E qual é essa questão?
A resposta é simples. “Veja quem
tem olhos de ver”. Ela está entranhada na desconfiança do brasileiro nas
instituições. Estamos fartos de ver as leis serem aplicadas Prêt-à-Porter,
para serem usadas adaptadas aos personagens públicos das vidas mais escabrosas:
Se o paletó está apertado, alarga-se o prazo; se o modelo é antigo, deixa-se cair
em decurso de prazo; se o cliente está preso pelo cinto apertado, furam-se mais
10 buracos para ele voltar a andar por aí, com elegância e conversa de camelô.
E às pulgas que lhe insistem
fazer coçar atrás das orelhas, ele não sabe responder: – Será que o Ministro
não desconfiava que aquele narcotraficante internacional ia fugir assim que ele
o liberasse da prisão?
Ao acordar, depois do depoimento
do executivo da Pfizer, Carlos Murillo, que ele viu pela TV Senado, lhe veio à
cachola: “ao não terem comprado a vacina, não estariam apostando na imunidade
de rebanho? E aí o boi era o meu pai, meu filho, minha mãe, eu?
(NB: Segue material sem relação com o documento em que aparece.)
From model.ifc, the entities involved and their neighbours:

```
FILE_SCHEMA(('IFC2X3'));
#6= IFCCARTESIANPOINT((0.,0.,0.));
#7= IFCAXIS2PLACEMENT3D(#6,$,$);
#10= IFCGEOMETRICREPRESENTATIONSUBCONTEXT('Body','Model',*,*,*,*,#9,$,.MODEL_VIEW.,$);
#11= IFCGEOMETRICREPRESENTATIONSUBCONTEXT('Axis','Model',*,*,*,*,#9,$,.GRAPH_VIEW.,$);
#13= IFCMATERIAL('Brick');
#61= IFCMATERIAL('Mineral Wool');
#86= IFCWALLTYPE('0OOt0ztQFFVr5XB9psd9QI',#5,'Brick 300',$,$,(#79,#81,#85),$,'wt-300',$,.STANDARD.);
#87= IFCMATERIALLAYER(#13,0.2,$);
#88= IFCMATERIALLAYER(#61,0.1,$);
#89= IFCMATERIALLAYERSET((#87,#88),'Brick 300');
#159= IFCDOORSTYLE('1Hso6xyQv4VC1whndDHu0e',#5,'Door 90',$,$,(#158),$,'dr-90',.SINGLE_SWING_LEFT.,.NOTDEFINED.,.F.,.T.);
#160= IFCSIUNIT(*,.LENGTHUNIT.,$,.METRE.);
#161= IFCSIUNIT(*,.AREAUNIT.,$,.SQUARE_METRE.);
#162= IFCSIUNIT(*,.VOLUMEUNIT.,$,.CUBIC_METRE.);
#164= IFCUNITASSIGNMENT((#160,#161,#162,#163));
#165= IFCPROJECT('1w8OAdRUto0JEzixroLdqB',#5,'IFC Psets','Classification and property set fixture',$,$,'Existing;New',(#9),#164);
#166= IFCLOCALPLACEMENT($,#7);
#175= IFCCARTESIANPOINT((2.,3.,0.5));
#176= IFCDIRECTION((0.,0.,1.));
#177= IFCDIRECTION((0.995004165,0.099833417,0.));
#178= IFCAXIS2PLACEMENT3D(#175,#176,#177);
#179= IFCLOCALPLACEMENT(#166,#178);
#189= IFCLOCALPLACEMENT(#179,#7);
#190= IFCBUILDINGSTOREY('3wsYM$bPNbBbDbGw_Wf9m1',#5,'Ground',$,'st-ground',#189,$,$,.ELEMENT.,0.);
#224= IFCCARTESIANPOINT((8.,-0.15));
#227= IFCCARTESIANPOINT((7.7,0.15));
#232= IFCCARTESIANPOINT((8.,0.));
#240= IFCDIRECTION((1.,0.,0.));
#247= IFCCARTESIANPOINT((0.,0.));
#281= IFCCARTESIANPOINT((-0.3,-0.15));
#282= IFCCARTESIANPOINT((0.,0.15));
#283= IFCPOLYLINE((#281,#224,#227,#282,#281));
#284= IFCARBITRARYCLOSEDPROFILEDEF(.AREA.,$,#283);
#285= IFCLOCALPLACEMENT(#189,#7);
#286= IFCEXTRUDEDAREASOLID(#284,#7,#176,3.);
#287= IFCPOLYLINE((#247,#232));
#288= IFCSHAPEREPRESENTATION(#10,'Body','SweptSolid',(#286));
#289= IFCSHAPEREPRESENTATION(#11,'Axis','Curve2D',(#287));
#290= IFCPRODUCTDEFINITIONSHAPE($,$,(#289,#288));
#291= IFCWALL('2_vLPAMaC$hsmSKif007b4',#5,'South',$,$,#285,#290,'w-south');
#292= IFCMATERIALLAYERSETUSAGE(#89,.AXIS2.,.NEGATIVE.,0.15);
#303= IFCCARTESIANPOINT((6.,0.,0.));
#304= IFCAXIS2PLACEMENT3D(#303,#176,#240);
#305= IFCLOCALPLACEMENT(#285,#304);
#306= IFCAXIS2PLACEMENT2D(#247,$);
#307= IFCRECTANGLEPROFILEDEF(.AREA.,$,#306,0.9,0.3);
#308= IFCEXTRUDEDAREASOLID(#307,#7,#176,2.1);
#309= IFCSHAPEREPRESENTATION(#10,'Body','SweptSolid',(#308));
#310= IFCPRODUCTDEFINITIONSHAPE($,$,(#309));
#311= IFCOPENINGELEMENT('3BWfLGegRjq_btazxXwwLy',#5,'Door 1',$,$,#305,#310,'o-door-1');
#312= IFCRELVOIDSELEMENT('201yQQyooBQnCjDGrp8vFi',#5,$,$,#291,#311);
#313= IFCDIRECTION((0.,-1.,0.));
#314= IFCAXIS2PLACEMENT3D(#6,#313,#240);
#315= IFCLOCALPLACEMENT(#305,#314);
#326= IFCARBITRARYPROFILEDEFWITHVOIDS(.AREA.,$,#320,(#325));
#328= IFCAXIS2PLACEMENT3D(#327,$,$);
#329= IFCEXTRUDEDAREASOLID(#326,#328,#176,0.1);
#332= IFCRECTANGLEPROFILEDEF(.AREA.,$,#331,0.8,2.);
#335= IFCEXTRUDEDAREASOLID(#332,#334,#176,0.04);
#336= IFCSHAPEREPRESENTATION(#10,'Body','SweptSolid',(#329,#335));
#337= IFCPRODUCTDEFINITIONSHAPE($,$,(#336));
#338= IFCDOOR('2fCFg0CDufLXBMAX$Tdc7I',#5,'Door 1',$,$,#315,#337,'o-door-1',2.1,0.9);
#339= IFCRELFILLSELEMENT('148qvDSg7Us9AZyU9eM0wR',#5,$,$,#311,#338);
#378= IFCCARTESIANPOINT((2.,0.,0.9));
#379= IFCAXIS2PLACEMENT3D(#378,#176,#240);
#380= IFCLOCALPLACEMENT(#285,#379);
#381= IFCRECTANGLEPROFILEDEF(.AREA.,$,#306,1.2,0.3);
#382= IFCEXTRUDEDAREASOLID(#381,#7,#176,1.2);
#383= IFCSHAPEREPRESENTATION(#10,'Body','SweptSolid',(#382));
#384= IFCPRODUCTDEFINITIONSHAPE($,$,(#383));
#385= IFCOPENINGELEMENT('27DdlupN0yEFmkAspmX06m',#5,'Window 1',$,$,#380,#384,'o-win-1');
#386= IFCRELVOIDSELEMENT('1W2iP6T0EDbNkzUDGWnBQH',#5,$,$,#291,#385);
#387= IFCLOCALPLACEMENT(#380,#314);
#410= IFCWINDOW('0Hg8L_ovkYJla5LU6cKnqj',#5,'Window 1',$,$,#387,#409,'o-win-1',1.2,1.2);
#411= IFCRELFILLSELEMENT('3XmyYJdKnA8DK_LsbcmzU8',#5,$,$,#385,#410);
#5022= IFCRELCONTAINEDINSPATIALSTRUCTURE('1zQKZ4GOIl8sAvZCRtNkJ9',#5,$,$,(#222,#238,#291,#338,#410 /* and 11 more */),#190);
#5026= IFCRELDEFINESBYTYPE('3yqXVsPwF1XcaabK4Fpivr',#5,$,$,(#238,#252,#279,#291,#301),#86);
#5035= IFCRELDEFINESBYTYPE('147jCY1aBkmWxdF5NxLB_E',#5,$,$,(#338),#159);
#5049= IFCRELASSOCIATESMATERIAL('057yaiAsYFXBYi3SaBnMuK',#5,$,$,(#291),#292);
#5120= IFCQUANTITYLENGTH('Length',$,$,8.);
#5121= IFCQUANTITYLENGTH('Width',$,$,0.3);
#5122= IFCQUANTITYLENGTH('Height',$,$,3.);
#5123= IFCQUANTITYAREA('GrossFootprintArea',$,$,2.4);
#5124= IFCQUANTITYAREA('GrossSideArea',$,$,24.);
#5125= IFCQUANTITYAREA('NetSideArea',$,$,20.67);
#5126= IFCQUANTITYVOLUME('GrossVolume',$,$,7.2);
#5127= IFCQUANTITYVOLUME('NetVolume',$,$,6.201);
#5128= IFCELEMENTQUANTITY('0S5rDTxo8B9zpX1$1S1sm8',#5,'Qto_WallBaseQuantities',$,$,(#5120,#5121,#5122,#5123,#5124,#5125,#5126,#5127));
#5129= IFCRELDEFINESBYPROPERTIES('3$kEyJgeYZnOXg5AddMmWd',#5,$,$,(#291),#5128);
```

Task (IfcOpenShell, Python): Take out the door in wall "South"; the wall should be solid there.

```python
import ifcopenshell
import ifcopenshell.api.feature
import ifcopenshell.api.pset
import ifcopenshell.api.root
import ifcopenshell.geom
import ifcopenshell.util.element
import ifcopenshell.util.shape
import ifcopenshell.util.unit

model = ifcopenshell.open("model.ifc")
area_scale = ifcopenshell.util.unit.calculate_unit_scale(model, "AREAUNIT")
volume_scale = ifcopenshell.util.unit.calculate_unit_scale(model, "VOLUMEUNIT")
settings = ifcopenshell.geom.settings()


def volume(element):
    """Net volume in cubic metres, openings subtracted."""
    shape = ifcopenshell.geom.create_shape(settings, element)
    return ifcopenshell.util.shape.get_volume(shape.geometry)


door = model.by_id(338)
opening = door.FillsVoids[0].RelatingOpeningElement
wall = opening.VoidsElements[0].RelatingBuildingElement
before = volume(wall)

ifcopenshell.api.root.remove_product(model, product=door)
ifcopenshell.api.feature.remove_feature(model, feature=opening)

after = volume(wall)
thickness = 0.3  # wall thickness in metres

# Update the wall's stored quantities.
qto = model.by_id(ifcopenshell.util.element.get_pset(wall, "Qto_WallBaseQuantities", should_inherit=False)["id"])
ifcopenshell.api.pset.edit_qto(model, qto=qto, properties={
    "NetSideArea": after / thickness / area_scale,
    "NetVolume": after / volume_scale,
})

print(f"wall volume {before:.3f} -> {after:.3f} m3")

model.write("model-out.ifc")
```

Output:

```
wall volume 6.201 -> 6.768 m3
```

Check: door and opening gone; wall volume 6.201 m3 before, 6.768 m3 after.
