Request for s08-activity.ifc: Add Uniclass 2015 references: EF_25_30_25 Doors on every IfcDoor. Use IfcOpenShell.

First a look at what the model holds.

```python
import ifcopenshell

model = ifcopenshell.open("s08-activity.ifc")
print(model.schema)
print("classifications:", [c.Name for c in model.by_type("IfcClassification")])
for ifc_class in ("IfcDoor", "IfcRoof", "IfcStair", "IfcWall", "IfcWindow"):
    print(ifc_class, len(model.by_type(ifc_class)))
```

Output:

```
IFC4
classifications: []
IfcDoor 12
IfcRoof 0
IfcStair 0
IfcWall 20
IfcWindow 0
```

```python
import ifcopenshell
import ifcopenshell.api.classification

model = ifcopenshell.open("s08-activity.ifc")

system = ifcopenshell.api.classification.add_classification(model, classification="Uniclass 2015")

codes = {
    "IfcDoor": ("EF_25_30_25", "Doors"),
}
for ifc_class, (code, name) in codes.items():
    products = model.by_type(ifc_class)
    ifcopenshell.api.classification.add_reference(
        model, products=products, classification=system, identification=code, name=name
    )
    print(code, len(products))

model.write("s08-activity_updated.ifc")
```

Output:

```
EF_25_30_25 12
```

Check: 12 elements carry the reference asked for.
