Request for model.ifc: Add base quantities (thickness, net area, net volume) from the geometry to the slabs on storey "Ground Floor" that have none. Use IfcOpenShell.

First a look at what the model holds.

```python
import ifcopenshell
import ifcopenshell.util.element
import ifcopenshell.util.unit

model = ifcopenshell.open("model.ifc")
print(model.schema)
for unit_type in ("LENGTHUNIT", "AREAUNIT", "VOLUMEUNIT"):
    print(unit_type, ifcopenshell.util.unit.calculate_unit_scale(model, unit_type))
storey = next(s for s in model.by_type("IfcBuildingStorey") if s.Name == "Ground Floor")
slabs = [e for e in ifcopenshell.util.element.get_decomposition(storey) if e.is_a("IfcSlab")]
for e in sorted(slabs, key=lambda e: e.id()):
    print(e.id(), e.is_a(), e.Name, list(ifcopenshell.util.element.get_psets(e, qtos_only=True)), sep=" | ")
```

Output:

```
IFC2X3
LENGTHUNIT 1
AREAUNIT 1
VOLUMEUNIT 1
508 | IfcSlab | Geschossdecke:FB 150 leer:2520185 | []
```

```python
import ifcopenshell
import ifcopenshell.api.pset
import ifcopenshell.geom
import ifcopenshell.util.element
import ifcopenshell.util.shape
import ifcopenshell.util.unit

model = ifcopenshell.open("model.ifc")
unit_scale = ifcopenshell.util.unit.calculate_unit_scale(model)
area_scale = ifcopenshell.util.unit.calculate_unit_scale(model, "AREAUNIT")
volume_scale = ifcopenshell.util.unit.calculate_unit_scale(model, "VOLUMEUNIT")
settings = ifcopenshell.geom.settings()

storey = next(s for s in model.by_type("IfcBuildingStorey") if s.Name == "Ground Floor")
slabs = [e for e in ifcopenshell.util.element.get_decomposition(storey) if e.is_a("IfcSlab")]

for e in sorted(slabs, key=lambda e: e.id()):
    if ifcopenshell.util.element.get_psets(e, qtos_only=True, should_inherit=False):
        continue
    # Geometry comes back in metres, in the element's own axes.
    shape = ifcopenshell.geom.create_shape(settings, e)
    values = {
        "Width": ifcopenshell.util.shape.get_z(shape.geometry) / unit_scale,
        "NetArea": ifcopenshell.util.shape.get_footprint_area(shape.geometry) / area_scale,
        "NetVolume": ifcopenshell.util.shape.get_volume(shape.geometry) / volume_scale,
    }
    qto = ifcopenshell.api.pset.add_qto(model, product=e, name="BaseQuantities")
    ifcopenshell.api.pset.edit_qto(model, qto=qto, properties=values)
    print(e.id(), {k: round(v, 3) for k, v in values.items()})

model.write("model_v2.ifc")
```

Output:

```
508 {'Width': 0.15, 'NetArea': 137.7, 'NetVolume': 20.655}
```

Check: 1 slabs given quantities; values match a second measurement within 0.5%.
Que grandes ...!”
O Congresso Nacional aprovou o
voto impresso para posterior e eventual conferência, em 2015, lei que foi julgada
inconstitucional pelo STF em 2018, sob a justificativa de que o procedimento
poderia facilitar a identificação do voto. O argumento, hoje, não é usado pelos
que se opõem à implantação do mecanismo que, acoplado à urna, imprime e guarda
o voto para eventual recontagem. Estes argumentam com o aumento de custos das
eleições e que com o maior tempo que cada eleitor ficaria na cabine de votação,
tornariam a modificação inviável ou desnecessária.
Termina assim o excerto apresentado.